Exercise requirements: Copy, from the data below, each line that has the word "Check".

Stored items
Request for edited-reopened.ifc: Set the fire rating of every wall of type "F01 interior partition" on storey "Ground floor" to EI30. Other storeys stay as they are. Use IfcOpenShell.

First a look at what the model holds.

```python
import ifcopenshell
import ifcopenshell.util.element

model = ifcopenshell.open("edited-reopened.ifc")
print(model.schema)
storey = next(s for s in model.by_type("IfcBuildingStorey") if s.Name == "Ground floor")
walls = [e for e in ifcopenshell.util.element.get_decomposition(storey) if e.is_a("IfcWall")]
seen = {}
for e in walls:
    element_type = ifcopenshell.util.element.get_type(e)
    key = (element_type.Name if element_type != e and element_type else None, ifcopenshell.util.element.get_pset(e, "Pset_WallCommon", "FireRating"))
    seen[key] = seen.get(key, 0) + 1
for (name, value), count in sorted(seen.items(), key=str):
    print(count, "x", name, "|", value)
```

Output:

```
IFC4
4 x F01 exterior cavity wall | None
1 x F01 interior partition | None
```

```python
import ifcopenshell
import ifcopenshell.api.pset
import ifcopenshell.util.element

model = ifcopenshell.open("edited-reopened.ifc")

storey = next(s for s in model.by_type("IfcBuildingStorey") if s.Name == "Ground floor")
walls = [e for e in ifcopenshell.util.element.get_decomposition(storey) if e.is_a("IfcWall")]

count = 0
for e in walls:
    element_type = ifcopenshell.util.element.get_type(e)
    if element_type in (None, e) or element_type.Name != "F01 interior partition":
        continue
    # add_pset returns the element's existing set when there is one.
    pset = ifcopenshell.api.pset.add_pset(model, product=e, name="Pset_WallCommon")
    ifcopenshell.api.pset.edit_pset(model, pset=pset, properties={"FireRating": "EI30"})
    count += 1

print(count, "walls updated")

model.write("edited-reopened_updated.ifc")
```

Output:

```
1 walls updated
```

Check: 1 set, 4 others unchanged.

...

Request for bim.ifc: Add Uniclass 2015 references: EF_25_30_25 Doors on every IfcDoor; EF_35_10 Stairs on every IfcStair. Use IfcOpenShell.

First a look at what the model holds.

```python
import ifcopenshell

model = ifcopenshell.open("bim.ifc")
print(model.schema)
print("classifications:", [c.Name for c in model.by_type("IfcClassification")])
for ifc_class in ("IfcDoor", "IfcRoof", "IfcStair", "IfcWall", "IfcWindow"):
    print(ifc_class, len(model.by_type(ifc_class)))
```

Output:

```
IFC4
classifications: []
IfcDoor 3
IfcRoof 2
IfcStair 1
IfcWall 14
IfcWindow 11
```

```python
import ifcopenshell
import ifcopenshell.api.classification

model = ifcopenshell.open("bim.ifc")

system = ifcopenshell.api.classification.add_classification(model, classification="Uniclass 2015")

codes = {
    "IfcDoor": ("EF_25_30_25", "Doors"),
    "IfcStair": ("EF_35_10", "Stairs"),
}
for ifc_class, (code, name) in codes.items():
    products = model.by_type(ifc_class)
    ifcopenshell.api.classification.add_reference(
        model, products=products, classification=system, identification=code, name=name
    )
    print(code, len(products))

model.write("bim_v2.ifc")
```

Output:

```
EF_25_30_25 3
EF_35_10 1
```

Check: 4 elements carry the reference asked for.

Answer space:
Check: 1 set, 4 others unchanged.
Check: 4 elements carry the reference asked for.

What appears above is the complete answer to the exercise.